__TASK DIRECTIONS__
Every line in the records below that holds "IFCPRODUCTDEFINITIONSHAPE" must be identified and copied.

__Dataset items__
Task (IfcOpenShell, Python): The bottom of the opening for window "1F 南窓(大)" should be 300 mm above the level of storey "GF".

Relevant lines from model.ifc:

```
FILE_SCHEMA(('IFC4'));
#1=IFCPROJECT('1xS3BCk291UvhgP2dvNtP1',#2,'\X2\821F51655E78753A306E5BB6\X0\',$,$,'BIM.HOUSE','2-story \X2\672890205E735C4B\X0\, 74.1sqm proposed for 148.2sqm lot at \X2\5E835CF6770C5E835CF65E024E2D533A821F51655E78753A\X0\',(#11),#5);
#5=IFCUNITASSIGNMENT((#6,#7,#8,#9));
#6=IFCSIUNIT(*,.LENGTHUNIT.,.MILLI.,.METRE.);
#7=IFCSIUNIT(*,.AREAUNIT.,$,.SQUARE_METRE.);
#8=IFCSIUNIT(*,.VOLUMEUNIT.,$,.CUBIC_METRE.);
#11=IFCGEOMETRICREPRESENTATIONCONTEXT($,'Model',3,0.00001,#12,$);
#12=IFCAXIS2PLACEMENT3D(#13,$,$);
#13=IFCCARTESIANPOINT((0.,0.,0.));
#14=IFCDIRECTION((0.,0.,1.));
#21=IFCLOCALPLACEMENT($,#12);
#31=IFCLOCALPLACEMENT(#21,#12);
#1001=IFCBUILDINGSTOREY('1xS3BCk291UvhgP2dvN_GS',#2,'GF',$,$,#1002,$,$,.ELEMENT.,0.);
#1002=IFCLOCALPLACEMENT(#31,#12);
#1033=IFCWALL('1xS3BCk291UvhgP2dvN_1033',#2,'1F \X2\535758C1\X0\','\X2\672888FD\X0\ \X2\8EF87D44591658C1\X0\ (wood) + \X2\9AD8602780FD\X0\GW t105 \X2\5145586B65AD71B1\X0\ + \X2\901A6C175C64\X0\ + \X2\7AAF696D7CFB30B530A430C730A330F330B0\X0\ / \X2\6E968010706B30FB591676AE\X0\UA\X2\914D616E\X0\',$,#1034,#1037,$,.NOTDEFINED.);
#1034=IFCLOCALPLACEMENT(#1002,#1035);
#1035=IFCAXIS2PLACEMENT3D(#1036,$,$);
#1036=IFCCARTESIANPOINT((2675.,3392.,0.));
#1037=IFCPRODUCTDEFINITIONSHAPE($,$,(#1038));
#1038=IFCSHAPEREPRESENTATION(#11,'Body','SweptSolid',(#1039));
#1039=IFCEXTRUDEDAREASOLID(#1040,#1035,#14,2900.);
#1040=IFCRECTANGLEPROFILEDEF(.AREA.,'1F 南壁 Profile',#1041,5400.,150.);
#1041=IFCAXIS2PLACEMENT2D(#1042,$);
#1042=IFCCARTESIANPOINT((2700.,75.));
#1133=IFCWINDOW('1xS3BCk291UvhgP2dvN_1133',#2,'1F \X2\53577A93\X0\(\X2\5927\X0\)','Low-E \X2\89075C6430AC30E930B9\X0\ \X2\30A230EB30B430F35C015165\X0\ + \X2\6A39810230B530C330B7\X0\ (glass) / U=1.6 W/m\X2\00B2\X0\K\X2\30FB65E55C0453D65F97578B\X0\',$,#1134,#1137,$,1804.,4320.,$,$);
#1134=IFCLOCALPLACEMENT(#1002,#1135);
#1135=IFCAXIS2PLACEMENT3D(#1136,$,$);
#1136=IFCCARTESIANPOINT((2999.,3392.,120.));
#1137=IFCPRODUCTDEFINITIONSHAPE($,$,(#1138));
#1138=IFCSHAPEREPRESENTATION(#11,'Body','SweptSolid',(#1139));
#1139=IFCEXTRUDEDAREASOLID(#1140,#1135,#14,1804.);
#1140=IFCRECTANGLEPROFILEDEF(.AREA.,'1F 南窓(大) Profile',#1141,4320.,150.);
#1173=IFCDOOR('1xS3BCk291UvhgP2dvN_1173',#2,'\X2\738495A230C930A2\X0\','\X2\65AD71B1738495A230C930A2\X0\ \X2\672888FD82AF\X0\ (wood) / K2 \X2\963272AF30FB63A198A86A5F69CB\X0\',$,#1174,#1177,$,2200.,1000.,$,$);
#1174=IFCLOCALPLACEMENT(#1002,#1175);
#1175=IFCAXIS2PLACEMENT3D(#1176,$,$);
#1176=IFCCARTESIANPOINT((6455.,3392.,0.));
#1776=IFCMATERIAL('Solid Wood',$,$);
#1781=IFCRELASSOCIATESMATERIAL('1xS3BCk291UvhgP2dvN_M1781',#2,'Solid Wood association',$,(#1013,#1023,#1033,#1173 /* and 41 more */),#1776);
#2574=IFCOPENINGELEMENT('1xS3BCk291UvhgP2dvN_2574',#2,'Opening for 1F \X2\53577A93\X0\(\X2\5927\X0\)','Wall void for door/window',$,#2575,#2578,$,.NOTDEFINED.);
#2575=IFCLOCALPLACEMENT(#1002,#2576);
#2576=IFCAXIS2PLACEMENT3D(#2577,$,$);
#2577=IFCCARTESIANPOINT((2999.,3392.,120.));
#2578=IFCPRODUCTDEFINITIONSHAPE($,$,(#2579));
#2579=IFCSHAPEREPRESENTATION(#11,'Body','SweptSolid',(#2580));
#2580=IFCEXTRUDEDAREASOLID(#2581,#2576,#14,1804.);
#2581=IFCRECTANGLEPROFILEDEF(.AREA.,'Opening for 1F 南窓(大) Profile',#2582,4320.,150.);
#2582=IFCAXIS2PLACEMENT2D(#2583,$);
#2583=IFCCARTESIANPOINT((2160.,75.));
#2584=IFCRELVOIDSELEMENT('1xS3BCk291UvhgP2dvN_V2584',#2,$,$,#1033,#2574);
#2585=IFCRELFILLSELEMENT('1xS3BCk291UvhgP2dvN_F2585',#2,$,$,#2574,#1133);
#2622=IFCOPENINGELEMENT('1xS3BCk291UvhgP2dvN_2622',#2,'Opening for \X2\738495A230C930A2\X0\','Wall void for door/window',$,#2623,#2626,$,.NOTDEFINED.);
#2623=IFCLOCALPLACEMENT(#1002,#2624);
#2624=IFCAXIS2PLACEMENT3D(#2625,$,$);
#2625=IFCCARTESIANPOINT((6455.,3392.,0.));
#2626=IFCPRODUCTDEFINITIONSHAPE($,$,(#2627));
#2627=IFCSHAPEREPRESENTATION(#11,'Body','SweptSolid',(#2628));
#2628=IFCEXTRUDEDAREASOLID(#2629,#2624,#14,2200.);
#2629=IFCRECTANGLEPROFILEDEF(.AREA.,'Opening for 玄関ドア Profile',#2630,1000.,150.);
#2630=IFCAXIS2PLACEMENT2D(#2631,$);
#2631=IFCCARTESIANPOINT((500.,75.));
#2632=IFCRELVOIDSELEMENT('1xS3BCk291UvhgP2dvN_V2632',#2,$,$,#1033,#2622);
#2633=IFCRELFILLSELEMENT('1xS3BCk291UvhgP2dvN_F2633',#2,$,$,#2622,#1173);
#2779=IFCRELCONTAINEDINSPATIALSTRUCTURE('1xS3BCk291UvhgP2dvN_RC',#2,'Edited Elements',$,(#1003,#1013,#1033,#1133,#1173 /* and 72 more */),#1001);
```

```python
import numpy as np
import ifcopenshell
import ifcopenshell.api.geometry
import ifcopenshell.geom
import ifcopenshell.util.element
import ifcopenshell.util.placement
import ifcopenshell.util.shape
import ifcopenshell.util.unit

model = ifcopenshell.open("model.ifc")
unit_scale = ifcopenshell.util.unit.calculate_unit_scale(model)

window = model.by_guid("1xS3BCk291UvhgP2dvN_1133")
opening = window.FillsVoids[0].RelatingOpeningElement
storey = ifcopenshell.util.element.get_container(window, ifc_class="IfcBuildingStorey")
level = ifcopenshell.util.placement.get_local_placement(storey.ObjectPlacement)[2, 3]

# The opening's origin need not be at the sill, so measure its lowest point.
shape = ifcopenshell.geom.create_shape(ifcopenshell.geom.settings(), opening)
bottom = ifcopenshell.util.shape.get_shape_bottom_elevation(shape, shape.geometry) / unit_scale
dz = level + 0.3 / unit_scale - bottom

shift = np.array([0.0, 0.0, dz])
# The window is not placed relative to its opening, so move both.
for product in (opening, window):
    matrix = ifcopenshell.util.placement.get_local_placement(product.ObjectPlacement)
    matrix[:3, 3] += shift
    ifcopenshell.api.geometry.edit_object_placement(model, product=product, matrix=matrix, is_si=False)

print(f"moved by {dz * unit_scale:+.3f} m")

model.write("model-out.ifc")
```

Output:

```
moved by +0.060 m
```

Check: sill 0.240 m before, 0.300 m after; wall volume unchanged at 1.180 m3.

--

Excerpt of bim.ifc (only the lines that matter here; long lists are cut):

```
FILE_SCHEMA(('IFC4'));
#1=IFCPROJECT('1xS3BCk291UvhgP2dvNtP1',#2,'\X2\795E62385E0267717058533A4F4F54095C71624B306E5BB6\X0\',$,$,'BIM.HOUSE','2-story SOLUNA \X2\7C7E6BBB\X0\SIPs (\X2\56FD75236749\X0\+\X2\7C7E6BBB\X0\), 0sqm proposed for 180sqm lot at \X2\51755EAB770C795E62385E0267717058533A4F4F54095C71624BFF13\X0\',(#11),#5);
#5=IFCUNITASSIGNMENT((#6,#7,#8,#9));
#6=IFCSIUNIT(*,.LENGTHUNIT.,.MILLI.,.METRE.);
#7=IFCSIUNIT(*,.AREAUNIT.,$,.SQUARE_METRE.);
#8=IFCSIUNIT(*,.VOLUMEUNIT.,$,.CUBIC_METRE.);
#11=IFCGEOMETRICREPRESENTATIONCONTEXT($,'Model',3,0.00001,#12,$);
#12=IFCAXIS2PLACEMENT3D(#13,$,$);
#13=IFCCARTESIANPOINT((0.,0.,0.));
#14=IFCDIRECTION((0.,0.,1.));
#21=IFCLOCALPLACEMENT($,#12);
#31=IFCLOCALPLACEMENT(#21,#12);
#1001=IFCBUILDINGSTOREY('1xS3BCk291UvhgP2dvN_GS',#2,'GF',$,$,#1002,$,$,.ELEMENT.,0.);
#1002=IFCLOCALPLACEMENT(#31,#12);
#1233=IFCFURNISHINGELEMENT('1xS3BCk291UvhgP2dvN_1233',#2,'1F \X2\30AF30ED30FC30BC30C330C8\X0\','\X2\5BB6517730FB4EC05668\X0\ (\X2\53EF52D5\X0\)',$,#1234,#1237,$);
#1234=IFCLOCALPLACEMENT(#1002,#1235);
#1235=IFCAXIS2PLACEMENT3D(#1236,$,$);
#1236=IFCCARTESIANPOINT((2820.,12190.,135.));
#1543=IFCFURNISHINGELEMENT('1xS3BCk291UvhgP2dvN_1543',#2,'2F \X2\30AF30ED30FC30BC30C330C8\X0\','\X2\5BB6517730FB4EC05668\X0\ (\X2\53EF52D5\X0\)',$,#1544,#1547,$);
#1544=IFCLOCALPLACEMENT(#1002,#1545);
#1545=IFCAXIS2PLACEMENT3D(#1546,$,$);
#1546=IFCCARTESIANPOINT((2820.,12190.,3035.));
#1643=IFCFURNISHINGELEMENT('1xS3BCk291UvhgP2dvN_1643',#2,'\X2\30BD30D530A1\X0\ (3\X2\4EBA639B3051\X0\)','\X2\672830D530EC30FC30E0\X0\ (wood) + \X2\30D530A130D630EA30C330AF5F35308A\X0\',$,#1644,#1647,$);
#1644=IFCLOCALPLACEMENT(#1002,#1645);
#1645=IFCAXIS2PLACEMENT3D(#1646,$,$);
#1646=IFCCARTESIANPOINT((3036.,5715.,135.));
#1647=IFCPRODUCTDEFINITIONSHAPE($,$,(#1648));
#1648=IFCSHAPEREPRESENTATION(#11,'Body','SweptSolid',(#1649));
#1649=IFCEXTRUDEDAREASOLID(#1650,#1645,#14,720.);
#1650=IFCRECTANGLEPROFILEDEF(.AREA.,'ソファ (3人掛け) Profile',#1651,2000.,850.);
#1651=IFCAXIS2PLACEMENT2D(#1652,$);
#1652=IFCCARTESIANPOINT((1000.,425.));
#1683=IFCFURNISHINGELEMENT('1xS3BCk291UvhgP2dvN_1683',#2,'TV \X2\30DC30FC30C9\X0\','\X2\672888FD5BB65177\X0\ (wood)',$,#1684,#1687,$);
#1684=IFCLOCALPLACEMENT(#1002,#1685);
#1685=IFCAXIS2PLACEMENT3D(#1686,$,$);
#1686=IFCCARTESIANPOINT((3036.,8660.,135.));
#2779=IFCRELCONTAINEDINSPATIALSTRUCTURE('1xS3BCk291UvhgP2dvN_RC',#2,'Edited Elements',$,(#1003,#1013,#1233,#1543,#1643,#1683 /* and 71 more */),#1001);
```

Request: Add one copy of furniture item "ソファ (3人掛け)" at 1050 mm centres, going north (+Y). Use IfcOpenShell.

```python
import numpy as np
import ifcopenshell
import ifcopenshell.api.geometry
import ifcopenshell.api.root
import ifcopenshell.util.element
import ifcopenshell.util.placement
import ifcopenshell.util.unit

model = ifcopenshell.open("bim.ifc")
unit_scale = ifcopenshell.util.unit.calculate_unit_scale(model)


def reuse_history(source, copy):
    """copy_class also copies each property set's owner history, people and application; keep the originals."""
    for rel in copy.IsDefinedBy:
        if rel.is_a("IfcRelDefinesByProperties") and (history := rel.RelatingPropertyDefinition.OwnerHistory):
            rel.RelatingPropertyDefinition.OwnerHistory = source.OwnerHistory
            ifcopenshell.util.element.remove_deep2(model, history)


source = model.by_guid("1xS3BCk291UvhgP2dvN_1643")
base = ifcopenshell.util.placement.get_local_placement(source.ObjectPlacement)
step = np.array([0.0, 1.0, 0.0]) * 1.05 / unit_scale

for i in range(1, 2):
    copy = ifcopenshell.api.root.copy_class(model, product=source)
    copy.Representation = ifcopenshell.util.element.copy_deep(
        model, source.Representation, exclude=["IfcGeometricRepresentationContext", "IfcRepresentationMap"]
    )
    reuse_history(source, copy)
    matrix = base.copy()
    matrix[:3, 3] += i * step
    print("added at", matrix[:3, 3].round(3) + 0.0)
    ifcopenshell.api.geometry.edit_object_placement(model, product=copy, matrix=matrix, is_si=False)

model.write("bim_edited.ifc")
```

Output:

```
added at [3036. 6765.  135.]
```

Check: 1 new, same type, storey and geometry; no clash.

__RESULT__
#1037=IFCPRODUCTDEFINITIONSHAPE($,$,(#1038));
#1137=IFCPRODUCTDEFINITIONSHAPE($,$,(#1138));
#2578=IFCPRODUCTDEFINITIONSHAPE($,$,(#2579));
#2626=IFCPRODUCTDEFINITIONSHAPE($,$,(#2627));
#1647=IFCPRODUCTDEFINITIONSHAPE($,$,(#1648));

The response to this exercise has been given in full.